● GOAL OF THE EXERCISE
Reproduce the listing that follows so that each line matches the original exactly.

● INFORMATION SUPPLIED
BEGIN

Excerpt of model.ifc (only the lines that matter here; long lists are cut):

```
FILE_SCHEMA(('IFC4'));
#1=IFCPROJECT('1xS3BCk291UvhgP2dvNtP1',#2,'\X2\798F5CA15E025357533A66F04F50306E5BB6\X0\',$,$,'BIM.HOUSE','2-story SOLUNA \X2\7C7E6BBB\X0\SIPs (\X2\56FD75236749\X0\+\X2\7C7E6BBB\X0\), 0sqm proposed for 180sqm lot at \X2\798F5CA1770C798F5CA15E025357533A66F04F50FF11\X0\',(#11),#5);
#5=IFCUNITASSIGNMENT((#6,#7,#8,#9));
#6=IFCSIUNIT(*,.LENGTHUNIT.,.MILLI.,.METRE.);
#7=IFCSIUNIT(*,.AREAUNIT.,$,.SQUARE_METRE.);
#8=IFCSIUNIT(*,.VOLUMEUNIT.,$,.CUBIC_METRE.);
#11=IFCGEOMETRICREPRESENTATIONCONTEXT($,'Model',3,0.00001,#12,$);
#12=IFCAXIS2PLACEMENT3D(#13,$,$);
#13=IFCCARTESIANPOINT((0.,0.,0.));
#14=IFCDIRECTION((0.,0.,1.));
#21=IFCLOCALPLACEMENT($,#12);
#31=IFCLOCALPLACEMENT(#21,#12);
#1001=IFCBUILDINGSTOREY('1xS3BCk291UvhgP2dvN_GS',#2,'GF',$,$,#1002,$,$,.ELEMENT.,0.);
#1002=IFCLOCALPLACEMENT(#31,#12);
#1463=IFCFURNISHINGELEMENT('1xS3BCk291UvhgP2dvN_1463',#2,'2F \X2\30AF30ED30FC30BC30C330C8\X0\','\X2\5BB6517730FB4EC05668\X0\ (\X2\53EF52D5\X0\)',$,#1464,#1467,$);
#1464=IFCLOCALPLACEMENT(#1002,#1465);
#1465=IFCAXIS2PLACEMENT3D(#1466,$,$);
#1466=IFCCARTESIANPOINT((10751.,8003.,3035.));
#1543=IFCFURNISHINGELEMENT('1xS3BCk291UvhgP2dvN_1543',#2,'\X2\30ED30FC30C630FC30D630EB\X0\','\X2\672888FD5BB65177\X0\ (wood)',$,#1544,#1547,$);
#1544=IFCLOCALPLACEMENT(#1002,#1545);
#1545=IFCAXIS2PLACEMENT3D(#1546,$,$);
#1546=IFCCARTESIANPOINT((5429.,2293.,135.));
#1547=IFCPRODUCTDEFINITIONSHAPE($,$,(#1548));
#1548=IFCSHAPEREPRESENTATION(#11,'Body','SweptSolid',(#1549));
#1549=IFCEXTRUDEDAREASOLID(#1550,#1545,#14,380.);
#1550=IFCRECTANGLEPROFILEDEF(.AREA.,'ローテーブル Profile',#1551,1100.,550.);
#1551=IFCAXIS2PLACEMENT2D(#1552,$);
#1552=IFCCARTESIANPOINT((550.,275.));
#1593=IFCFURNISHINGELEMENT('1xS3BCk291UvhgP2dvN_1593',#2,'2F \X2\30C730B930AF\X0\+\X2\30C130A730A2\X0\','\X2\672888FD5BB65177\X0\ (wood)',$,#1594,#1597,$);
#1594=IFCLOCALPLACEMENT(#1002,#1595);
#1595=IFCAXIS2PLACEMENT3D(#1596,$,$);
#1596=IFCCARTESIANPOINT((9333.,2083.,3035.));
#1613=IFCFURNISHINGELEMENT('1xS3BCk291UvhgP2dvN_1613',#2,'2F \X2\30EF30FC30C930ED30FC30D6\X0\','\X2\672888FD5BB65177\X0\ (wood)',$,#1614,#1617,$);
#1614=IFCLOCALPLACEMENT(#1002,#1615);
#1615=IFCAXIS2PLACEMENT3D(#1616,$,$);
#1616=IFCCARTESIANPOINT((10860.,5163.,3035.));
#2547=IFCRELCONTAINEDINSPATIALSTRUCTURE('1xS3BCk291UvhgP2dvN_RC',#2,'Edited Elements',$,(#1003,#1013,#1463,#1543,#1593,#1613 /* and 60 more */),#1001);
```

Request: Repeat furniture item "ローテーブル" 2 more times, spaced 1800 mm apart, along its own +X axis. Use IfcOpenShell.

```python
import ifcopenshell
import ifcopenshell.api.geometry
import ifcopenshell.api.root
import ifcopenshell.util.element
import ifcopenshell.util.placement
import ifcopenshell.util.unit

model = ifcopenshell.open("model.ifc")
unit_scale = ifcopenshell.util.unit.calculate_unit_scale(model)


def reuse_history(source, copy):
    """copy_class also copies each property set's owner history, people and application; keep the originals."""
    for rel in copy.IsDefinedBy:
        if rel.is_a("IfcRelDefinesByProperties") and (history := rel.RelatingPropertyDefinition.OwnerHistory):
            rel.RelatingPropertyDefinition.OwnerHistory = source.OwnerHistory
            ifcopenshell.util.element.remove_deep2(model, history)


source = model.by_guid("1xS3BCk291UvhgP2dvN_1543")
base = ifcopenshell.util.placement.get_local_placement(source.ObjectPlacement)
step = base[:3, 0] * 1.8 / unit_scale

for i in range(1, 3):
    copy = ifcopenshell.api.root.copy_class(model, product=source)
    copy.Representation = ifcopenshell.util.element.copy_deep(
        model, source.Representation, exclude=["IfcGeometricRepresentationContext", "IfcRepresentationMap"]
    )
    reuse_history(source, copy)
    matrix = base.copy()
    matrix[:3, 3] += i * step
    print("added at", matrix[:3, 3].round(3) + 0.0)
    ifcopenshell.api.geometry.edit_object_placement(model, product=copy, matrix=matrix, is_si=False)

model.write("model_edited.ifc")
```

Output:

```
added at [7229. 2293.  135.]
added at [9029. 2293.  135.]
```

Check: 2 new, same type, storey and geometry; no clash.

END

● RESPONSE TO THIS TASK
Excerpt of model.ifc (only the lines that matter here; long lists are cut):

```
FILE_SCHEMA(('IFC4'));
#1=IFCPROJECT('1xS3BCk291UvhgP2dvNtP1',#2,'\X2\798F5CA15E025357533A66F04F50306E5BB6\X0\',$,$,'BIM.HOUSE','2-story SOLUNA \X2\7C7E6BBB\X0\SIPs (\X2\56FD75236749\X0\+\X2\7C7E6BBB\X0\), 0sqm proposed for 180sqm lot at \X2\798F5CA1770C798F5CA15E025357533A66F04F50FF11\X0\',(#11),#5);
#5=IFCUNITASSIGNMENT((#6,#7,#8,#9));
#6=IFCSIUNIT(*,.LENGTHUNIT.,.MILLI.,.METRE.);
#7=IFCSIUNIT(*,.AREAUNIT.,$,.SQUARE_METRE.);
#8=IFCSIUNIT(*,.VOLUMEUNIT.,$,.CUBIC_METRE.);
#11=IFCGEOMETRICREPRESENTATIONCONTEXT($,'Model',3,0.00001,#12,$);
#12=IFCAXIS2PLACEMENT3D(#13,$,$);
#13=IFCCARTESIANPOINT((0.,0.,0.));
#14=IFCDIRECTION((0.,0.,1.));
#21=IFCLOCALPLACEMENT($,#12);
#31=IFCLOCALPLACEMENT(#21,#12);
#1001=IFCBUILDINGSTOREY('1xS3BCk291UvhgP2dvN_GS',#2,'GF',$,$,#1002,$,$,.ELEMENT.,0.);
#1002=IFCLOCALPLACEMENT(#31,#12);
#1463=IFCFURNISHINGELEMENT('1xS3BCk291UvhgP2dvN_1463',#2,'2F \X2\30AF30ED30FC30BC30C330C8\X0\','\X2\5BB6517730FB4EC05668\X0\ (\X2\53EF52D5\X0\)',$,#1464,#1467,$);
#1464=IFCLOCALPLACEMENT(#1002,#1465);
#1465=IFCAXIS2PLACEMENT3D(#1466,$,$);
#1466=IFCCARTESIANPOINT((10751.,8003.,3035.));
#1543=IFCFURNISHINGELEMENT('1xS3BCk291UvhgP2dvN_1543',#2,'\X2\30ED30FC30C630FC30D630EB\X0\','\X2\672888FD5BB65177\X0\ (wood)',$,#1544,#1547,$);
#1544=IFCLOCALPLACEMENT(#1002,#1545);
#1545=IFCAXIS2PLACEMENT3D(#1546,$,$);
#1546=IFCCARTESIANPOINT((5429.,2293.,135.));
#1547=IFCPRODUCTDEFINITIONSHAPE($,$,(#1548));
#1548=IFCSHAPEREPRESENTATION(#11,'Body','SweptSolid',(#1549));
#1549=IFCEXTRUDEDAREASOLID(#1550,#1545,#14,380.);
#1550=IFCRECTANGLEPROFILEDEF(.AREA.,'ローテーブル Profile',#1551,1100.,550.);
#1551=IFCAXIS2PLACEMENT2D(#1552,$);
#1552=IFCCARTESIANPOINT((550.,275.));
#1593=IFCFURNISHINGELEMENT('1xS3BCk291UvhgP2dvN_1593',#2,'2F \X2\30C730B930AF\X0\+\X2\30C130A730A2\X0\','\X2\672888FD5BB65177\X0\ (wood)',$,#1594,#1597,$);
#1594=IFCLOCALPLACEMENT(#1002,#1595);
#1595=IFCAXIS2PLACEMENT3D(#1596,$,$);
#1596=IFCCARTESIANPOINT((9333.,2083.,3035.));
#1613=IFCFURNISHINGELEMENT('1xS3BCk291UvhgP2dvN_1613',#2,'2F \X2\30EF30FC30C930ED30FC30D6\X0\','\X2\672888FD5BB65177\X0\ (wood)',$,#1614,#1617,$);
#1614=IFCLOCALPLACEMENT(#1002,#1615);
#1615=IFCAXIS2PLACEMENT3D(#1616,$,$);
#1616=IFCCARTESIANPOINT((10860.,5163.,3035.));
#2547=IFCRELCONTAINEDINSPATIALSTRUCTURE('1xS3BCk291UvhgP2dvN_RC',#2,'Edited Elements',$,(#1003,#1013,#1463,#1543,#1593,#1613 /* and 60 more */),#1001);
```

Request: Repeat furniture item "ローテーブル" 2 more times, spaced 1800 mm apart, along its own +X axis. Use IfcOpenShell.

```python
import ifcopenshell
import ifcopenshell.api.geometry
import ifcopenshell.api.root
import ifcopenshell.util.element
import ifcopenshell.util.placement
import ifcopenshell.util.unit

model = ifcopenshell.open("model.ifc")
unit_scale = ifcopenshell.util.unit.calculate_unit_scale(model)


def reuse_history(source, copy):
    """copy_class also copies each property set's owner history, people and application; keep the originals."""
    for rel in copy.IsDefinedBy:
        if rel.is_a("IfcRelDefinesByProperties") and (history := rel.RelatingPropertyDefinition.OwnerHistory):
            rel.RelatingPropertyDefinition.OwnerHistory = source.OwnerHistory
            ifcopenshell.util.element.remove_deep2(model, history)


source = model.by_guid("1xS3BCk291UvhgP2dvN_1543")
base = ifcopenshell.util.placement.get_local_placement(source.ObjectPlacement)
step = base[:3, 0] * 1.8 / unit_scale

for i in range(1, 3):
    copy = ifcopenshell.api.root.copy_class(model, product=source)
    copy.Representation = ifcopenshell.util.element.copy_deep(
        model, source.Representation, exclude=["IfcGeometricRepresentationContext", "IfcRepresentationMap"]
    )
    reuse_history(source, copy)
    matrix = base.copy()
    matrix[:3, 3] += i * step
    print("added at", matrix[:3, 3].round(3) + 0.0)
    ifcopenshell.api.geometry.edit_object_placement(model, product=copy, matrix=matrix, is_si=False)

model.write("model_edited.ifc")
```

Output:

```
added at [7229. 2293.  135.]
added at [9029. 2293.  135.]
```

Check: 2 new, same type, storey and geometry; no clash.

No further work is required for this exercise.